3. En premier lieu, M. A fait valoir que la décision attaquée porte atteinte à l'exercice de son activité professionnelle dans une entreprise installatrice de machine de compactage et de presse et qu'il sera mis fin à sa période d'essai le 23 septembre 2022 s'il ne dispose pas d'un permis de conduire. Toutefois, il ne produit pour en justifier aucune pièce justificative de nature à démontrer l'emploi qu'il occupe et la nécessité invoquée de disposer d'un permis de conduire. Ainsi, il n'est pas démontré que la décision attaquée porte une atteinte suffisamment grave et immédiate à la situation du requérant justifiant que sans attendre le jugement de la requête au fond, l'exécution de la décision litigieuse soit suspendue.

4. En second lieu s'il en était besoin, la requête de M. A, qui tend à la suspension de l'exécution de la décision du 22 avril 2022, n'est pas accompagnée de la copie d'une requête tendant à l'annulation de cette décision.

5. Il y a lieu, dès lors, de faire application des dispositions précitées de l'article L. 522-3 du code de justice administrative et de rejeter, sans qu'il soit besoin de se prononcer sur le bien-fondé des moyens invoqués, les conclusions à fin de suspension de l'exécution de la décision attaquée.

ORDONNE :

Article 1er : La requête de M. A est rejetée.

Article 2 : La présente ordonnance sera notifiée à M. B A.

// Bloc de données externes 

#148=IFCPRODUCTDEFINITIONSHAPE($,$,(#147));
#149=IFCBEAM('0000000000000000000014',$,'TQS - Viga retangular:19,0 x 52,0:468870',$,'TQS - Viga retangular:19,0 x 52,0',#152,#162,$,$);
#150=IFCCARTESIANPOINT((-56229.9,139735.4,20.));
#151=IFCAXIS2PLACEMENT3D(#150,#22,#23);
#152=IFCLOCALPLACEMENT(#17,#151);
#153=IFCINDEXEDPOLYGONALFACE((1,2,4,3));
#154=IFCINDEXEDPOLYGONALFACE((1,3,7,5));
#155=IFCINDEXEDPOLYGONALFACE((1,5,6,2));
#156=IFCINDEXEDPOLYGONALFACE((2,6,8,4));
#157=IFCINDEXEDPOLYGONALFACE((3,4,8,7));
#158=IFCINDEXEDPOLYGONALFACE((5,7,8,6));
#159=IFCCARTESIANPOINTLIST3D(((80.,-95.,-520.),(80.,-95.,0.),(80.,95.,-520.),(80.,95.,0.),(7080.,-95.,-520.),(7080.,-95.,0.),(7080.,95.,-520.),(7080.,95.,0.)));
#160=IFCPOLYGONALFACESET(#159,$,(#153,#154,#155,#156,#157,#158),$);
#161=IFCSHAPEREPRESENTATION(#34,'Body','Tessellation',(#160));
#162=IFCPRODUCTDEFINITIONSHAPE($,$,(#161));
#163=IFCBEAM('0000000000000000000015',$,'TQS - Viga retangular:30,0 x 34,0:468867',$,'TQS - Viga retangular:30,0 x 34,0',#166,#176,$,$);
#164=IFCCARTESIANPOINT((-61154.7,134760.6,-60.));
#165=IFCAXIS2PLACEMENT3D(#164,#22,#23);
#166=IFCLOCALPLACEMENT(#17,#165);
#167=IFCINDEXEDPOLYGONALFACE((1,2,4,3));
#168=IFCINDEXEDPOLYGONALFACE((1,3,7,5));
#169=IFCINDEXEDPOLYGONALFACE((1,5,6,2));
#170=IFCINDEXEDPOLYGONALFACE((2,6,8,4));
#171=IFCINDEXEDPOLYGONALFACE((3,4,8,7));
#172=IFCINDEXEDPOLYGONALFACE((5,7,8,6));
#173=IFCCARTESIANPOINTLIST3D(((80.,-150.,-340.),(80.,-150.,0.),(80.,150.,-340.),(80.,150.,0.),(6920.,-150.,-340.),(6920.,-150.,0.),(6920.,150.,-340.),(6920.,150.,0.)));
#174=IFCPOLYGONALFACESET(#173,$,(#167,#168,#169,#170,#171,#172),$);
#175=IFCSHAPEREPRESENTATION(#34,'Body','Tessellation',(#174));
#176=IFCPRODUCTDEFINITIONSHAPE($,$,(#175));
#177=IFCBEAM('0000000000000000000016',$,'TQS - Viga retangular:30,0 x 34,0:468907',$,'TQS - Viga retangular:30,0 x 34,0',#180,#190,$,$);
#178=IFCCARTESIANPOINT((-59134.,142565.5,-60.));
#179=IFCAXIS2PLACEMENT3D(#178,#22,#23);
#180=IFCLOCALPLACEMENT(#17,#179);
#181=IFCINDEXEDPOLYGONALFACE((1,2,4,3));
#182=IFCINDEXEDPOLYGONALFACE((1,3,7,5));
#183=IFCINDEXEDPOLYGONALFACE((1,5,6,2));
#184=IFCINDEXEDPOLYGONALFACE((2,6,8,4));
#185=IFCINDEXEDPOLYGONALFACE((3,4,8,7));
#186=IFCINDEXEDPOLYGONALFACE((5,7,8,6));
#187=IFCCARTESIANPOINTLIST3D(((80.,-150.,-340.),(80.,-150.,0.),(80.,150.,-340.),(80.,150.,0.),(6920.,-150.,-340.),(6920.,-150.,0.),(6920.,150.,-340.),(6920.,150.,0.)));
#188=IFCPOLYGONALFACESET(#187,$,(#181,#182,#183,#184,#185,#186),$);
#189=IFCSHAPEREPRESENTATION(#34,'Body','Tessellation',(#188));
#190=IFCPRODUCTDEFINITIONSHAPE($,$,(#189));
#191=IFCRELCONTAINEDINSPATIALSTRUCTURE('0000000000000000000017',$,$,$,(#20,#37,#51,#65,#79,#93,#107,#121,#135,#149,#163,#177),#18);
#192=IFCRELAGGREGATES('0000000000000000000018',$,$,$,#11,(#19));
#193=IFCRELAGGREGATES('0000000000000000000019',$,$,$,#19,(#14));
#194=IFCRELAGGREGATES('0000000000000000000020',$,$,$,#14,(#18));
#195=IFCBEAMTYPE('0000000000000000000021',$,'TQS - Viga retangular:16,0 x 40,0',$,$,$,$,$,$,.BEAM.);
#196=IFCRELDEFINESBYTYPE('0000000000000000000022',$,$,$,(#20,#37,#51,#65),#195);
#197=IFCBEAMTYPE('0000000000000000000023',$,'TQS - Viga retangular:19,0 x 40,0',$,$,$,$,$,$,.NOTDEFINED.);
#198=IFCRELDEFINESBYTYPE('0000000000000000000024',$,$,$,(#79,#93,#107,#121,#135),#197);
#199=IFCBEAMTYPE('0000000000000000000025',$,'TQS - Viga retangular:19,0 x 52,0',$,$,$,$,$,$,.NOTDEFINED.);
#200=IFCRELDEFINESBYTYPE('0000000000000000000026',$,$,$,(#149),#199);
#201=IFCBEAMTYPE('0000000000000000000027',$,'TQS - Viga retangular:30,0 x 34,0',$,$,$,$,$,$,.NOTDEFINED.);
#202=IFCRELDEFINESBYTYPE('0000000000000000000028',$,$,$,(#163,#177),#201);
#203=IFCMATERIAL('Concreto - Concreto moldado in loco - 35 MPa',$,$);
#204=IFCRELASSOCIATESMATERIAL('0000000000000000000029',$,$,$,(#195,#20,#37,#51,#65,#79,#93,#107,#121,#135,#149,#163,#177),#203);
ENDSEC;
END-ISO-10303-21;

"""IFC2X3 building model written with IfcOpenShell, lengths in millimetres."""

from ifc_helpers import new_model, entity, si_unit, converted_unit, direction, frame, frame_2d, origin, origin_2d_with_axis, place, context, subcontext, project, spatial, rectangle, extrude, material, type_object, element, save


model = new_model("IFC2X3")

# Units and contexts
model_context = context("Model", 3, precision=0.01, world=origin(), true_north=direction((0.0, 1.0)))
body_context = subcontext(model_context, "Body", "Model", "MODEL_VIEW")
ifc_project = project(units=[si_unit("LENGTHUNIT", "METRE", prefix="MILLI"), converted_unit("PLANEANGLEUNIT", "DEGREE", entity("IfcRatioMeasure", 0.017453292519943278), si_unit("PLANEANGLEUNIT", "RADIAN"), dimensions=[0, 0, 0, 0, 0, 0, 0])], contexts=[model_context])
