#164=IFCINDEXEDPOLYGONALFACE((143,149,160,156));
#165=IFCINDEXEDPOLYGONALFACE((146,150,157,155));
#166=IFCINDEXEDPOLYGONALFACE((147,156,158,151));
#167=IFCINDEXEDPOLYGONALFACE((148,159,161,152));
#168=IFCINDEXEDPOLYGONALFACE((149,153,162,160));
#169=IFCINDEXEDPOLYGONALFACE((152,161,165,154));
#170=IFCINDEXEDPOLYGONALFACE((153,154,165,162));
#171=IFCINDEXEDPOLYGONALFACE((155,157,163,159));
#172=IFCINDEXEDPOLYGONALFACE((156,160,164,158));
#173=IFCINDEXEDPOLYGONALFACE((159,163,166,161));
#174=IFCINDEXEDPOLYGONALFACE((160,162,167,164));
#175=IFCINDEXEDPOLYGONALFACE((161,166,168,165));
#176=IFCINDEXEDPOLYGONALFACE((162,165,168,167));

Une copie de cette ordonnance sera transmise, pour information, au préfet de la Loire-Atlantique.

Fait à Besançon, le 26 septembre 2022.

La juge des référés,

S. C

La République mande et ordonne au préfet de la Loire-Atlantique, en ce qui le concerne, ou à tous commissaires de justice à ce requis, en ce qui concerne les voies de droit commun contre les parties privées, de pourvoir à l'exécution de la présente décision.